Sonya Toppin v Republic Bank (Barbados) Ltd

JudgeFrederick Forde,Mr. Justice (Ret) Christopher Blackman,Edward Bushell
Judgment Date11 December 2020
Docket NumberCASE: ERT//2018/047
CourtEmployment Rights Tribunal (Barbados)



The Hon. Mr. Justice (Ret) Christopher Blackman GCM; Q.C Chairman

Edward Bushell, Esq Member

Frederick Forde, Esq; GCM Member

CASE: ERT//2018/047

Sonya Toppin
Republic Bank (Barbados) Limited

Mr. Larry Smith Q.C and Ms. Jamila Smith Attorneys-at law for for the Claimant

Mr. Kevin Boyce and Mr. Michael Koeiman Attorneys-at-Law for the Respondent


. The issue for determination in this matter is whether attempting to take a large amount of United States dollars out of Barbados without exchange control approval, warranted dismissal.


. Section 27 of the Employment Rights Act (the Act) provides that an employee has the right not to be unfairly dismissed by his employer. Section 29 (1) of the Act further provides that in determining whether the dismissal is fair or unfair, it is for the employer to show the reason for the dismissal.
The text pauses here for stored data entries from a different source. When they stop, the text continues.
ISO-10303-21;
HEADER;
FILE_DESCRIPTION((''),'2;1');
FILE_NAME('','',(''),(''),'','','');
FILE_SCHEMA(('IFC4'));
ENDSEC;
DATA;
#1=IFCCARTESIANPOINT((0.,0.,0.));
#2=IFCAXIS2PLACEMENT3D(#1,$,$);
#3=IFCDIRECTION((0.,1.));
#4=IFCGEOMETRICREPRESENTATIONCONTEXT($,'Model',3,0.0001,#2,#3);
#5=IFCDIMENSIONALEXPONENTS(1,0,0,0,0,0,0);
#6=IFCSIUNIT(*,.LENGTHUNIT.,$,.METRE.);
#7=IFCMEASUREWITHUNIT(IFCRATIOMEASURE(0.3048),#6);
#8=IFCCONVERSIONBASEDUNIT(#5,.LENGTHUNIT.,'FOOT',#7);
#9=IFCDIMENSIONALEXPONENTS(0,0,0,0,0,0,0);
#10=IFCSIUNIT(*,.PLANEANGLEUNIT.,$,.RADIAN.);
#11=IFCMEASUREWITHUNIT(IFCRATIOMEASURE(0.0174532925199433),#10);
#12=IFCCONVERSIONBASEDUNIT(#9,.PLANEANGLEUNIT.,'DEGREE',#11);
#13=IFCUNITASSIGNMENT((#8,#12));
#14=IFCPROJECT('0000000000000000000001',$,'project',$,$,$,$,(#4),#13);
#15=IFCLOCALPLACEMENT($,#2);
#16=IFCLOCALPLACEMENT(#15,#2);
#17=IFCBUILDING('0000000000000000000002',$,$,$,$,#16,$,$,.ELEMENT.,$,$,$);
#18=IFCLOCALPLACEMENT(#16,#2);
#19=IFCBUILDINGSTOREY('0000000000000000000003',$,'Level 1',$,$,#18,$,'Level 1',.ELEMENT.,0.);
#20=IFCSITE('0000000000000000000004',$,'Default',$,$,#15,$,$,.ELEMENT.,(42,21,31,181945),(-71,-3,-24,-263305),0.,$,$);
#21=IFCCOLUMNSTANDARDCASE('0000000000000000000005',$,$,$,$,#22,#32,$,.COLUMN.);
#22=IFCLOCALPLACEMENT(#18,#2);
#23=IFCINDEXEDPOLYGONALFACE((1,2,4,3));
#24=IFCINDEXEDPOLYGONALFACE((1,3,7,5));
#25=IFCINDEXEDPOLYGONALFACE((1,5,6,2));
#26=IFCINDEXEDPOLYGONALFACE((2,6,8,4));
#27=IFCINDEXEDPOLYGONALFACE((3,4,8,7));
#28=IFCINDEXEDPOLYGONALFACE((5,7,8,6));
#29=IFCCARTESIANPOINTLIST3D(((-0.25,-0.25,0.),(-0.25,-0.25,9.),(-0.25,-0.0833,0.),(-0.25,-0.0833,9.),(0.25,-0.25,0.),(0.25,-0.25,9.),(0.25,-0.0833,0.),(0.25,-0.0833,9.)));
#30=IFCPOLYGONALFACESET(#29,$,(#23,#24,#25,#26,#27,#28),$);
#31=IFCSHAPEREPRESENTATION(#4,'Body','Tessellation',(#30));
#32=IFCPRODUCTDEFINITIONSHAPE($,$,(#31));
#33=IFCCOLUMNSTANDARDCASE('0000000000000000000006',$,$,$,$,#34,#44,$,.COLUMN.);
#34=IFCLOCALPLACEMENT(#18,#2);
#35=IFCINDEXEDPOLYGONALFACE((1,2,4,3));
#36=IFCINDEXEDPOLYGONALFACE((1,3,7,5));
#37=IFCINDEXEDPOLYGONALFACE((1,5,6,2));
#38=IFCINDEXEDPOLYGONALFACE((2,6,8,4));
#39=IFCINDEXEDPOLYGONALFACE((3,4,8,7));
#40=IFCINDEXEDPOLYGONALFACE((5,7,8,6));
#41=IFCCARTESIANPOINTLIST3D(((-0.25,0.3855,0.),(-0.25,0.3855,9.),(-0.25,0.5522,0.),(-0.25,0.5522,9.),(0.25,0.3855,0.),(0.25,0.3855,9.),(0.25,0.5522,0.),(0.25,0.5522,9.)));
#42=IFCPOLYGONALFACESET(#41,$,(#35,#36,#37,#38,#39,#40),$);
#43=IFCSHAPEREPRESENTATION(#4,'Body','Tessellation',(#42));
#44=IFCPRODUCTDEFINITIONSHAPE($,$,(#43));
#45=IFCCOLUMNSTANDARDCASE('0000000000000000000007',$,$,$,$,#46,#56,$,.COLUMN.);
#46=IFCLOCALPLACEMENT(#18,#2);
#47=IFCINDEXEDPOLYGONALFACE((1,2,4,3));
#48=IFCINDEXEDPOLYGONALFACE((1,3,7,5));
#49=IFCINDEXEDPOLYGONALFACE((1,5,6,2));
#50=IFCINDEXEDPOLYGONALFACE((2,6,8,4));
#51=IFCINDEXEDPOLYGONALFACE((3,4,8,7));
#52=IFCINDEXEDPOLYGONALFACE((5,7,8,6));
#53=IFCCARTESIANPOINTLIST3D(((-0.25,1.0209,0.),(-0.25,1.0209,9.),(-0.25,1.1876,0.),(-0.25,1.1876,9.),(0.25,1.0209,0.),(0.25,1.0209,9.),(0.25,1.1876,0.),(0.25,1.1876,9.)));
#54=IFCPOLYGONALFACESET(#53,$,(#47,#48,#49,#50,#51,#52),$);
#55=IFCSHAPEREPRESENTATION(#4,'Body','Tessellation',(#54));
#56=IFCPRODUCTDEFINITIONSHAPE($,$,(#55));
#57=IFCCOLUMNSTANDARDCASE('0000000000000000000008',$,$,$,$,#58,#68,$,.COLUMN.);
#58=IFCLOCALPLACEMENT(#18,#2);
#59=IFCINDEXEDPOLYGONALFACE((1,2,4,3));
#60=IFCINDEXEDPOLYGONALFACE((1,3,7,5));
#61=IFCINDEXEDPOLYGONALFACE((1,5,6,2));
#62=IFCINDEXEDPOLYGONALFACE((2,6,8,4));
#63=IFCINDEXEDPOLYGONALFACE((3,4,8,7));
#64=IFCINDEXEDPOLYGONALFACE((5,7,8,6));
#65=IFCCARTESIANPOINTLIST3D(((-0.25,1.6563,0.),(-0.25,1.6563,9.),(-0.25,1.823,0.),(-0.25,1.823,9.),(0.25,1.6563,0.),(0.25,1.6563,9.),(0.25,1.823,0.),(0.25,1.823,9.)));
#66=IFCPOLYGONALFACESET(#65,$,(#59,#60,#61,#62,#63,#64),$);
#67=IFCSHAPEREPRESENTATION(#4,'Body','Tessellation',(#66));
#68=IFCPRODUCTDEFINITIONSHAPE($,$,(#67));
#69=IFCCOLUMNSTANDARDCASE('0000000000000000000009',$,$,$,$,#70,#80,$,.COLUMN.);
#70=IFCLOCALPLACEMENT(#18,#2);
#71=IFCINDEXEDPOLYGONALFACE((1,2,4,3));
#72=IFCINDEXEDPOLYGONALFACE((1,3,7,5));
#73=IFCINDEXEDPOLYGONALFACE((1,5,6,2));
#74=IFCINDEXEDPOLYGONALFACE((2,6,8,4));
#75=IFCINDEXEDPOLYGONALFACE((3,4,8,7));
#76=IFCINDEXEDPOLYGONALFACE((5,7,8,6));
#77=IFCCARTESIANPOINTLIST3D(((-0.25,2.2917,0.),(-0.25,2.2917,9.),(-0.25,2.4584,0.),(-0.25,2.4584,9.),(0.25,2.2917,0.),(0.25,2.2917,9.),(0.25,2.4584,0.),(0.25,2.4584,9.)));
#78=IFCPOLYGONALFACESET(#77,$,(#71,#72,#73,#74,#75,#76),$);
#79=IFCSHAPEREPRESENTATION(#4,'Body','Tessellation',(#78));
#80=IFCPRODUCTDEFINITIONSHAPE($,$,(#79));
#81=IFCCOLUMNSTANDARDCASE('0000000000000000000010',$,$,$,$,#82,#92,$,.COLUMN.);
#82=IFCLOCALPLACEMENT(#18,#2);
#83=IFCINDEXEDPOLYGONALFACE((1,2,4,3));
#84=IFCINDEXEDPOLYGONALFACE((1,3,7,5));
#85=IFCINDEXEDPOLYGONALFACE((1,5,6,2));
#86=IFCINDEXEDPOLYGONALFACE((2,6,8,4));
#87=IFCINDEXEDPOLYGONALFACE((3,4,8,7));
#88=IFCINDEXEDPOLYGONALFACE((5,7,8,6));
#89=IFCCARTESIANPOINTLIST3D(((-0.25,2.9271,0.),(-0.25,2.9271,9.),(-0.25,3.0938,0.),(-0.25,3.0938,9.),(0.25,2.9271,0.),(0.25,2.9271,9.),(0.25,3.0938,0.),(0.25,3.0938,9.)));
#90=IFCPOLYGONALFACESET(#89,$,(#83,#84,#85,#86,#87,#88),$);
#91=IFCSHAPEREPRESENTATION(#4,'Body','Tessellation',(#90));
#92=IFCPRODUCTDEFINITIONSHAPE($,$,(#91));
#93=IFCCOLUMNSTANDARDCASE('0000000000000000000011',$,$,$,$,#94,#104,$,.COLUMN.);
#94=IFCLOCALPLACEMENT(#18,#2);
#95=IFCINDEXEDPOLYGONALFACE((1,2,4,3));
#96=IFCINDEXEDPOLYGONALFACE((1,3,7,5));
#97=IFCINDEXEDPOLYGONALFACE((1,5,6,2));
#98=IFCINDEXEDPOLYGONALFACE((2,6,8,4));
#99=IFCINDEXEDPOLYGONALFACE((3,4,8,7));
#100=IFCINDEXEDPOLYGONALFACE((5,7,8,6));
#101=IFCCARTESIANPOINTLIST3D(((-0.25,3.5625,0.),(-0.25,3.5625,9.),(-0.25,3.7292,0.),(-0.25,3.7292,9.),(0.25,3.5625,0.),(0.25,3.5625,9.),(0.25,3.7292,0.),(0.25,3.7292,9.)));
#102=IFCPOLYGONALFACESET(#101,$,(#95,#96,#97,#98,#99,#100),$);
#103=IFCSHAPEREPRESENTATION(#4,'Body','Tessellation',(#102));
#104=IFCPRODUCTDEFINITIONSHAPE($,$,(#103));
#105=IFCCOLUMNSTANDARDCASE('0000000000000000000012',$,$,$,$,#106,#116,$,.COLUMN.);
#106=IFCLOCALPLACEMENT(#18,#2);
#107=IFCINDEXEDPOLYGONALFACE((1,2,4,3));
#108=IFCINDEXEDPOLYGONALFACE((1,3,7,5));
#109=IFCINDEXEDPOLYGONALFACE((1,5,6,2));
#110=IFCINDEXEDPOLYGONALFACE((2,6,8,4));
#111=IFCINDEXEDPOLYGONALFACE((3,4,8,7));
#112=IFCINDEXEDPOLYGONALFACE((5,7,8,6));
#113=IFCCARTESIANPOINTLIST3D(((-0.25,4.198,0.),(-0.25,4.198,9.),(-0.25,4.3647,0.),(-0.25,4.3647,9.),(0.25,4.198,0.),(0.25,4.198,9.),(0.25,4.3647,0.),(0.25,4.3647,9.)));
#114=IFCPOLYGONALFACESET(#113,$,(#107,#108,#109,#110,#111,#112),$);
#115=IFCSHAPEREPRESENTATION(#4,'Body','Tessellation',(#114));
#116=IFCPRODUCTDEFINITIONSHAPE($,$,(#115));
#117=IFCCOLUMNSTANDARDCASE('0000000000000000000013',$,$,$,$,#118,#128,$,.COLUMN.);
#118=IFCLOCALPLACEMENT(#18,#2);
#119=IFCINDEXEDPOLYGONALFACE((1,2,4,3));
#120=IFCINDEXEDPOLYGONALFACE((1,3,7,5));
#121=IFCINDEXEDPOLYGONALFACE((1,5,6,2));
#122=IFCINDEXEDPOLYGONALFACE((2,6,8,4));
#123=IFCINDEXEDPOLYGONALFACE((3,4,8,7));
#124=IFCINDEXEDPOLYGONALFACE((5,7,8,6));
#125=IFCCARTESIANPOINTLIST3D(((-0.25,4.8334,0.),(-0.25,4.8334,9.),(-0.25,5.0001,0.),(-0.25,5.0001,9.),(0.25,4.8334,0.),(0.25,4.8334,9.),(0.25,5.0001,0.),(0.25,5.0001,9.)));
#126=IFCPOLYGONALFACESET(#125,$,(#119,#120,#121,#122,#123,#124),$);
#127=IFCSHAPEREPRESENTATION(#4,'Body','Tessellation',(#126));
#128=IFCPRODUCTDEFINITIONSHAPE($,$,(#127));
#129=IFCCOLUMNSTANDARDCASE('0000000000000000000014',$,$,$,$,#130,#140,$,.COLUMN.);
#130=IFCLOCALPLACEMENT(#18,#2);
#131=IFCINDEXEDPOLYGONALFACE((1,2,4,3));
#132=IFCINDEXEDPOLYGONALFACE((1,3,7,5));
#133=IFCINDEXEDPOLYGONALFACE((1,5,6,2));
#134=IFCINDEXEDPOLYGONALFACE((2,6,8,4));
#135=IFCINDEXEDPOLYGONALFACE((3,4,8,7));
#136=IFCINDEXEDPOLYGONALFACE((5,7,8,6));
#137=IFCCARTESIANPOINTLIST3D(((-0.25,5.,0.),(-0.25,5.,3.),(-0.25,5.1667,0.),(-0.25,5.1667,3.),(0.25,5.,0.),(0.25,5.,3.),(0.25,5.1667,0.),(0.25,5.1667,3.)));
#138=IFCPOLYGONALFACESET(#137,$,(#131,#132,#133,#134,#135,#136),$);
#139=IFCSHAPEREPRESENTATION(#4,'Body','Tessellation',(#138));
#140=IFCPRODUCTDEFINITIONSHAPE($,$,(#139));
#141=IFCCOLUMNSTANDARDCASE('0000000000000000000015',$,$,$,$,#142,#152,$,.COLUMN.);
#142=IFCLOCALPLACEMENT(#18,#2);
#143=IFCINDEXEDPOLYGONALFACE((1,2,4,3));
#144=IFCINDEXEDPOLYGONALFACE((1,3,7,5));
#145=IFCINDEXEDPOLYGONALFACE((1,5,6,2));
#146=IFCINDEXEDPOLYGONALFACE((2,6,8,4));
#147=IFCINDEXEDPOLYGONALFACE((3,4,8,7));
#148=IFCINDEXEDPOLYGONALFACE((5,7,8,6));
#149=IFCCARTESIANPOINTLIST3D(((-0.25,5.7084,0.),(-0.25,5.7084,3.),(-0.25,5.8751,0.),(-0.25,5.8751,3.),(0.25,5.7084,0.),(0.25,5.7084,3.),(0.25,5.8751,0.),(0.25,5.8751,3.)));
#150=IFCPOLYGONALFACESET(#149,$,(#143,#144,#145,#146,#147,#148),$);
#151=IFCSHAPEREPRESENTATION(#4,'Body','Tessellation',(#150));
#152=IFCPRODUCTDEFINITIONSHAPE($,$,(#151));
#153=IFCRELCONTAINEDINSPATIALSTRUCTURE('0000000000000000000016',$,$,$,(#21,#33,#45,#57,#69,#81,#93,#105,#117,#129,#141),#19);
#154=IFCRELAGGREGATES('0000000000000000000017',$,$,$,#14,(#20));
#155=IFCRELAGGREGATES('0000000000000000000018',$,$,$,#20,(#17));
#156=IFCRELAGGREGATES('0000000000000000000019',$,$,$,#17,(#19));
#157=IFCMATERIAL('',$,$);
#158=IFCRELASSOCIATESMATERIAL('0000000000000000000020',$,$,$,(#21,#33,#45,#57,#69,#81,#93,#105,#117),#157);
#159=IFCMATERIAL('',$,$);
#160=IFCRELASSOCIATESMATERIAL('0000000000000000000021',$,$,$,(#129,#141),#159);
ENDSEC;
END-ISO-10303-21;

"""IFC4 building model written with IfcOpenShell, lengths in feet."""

from ifc_helpers import new_model, entity, si_unit, converted_unit, direction, frame, origin, place, context, project, spatial, rectangle, extrude, material, element, save


model = new_model("IFC4")

# Units and contexts
model_context = context("Model", 3, precision=0.0001, world=origin(), true_north=direction((0.0, 1.0)))
ifc_project = project(units=[converted_unit("LENGTHUNIT", "FOOT", entity("IfcRatioMeasure", 0.3048), si_unit("LENGTHUNIT", "METRE"), dimensions=[1, 0, 0, 0, 0, 0, 0]), converted_unit("PLANEANGLEUNIT", "DEGREE", entity("IfcRatioMeasure", 0.0174532925199433), si_unit("PLANEANGLEUNIT", "RADIAN"), dimensions=[0, 0, 0, 0, 0, 0, 0])], contexts=[model_context])

# Site, building, storey
site_placement = place(None, origin())
site = spatial("IfcSite", under=ifc_project, at=site_placement, Name="Default", CompositionType="ELEMENT", RefLatitude=(42, 21, 31, 181945), RefLongitude=(-71, -3, -24, -263305), RefElevation=0.0)
building_placement = place(site_placement, origin())
building = spatial("IfcBuilding", under=site, at=building_placement, CompositionType="ELEMENT")
storey_placement = place(building_placement, origin())
storey = spatial("IfcBuildingStorey", under=building, at=storey_placement, Name="Level 1", LongName="Level 1", CompositionType="ELEMENT", Elevation=0.0)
Section 29 (2) states that an employer shall have the right to dismiss an employee for a reason which falls within the subsection if it (a) ………… (b) relates to the conduct of the employee;


. However, Section 29 (4) stipulates that the question whether the dismissal was fair or unfair, depends on whether the employer acted reasonably or unreasonably in treating the conduct as a sufficient reason for dismissing the employee; and the employer complied with the rules set out in Part A of the Fourth Schedule of the Act. Section 29 (5) further provides that an employer is not entitled to dismiss an employee for any reason related to the conduct of the employee,

Without informing the employee of the accusation against him and giving him an opportunity to state his case, subject to the Standard Disciplinary Procedures and the Modified Disciplinary Procedures set out in Parts B and C, respectively of the Fourth Schedule”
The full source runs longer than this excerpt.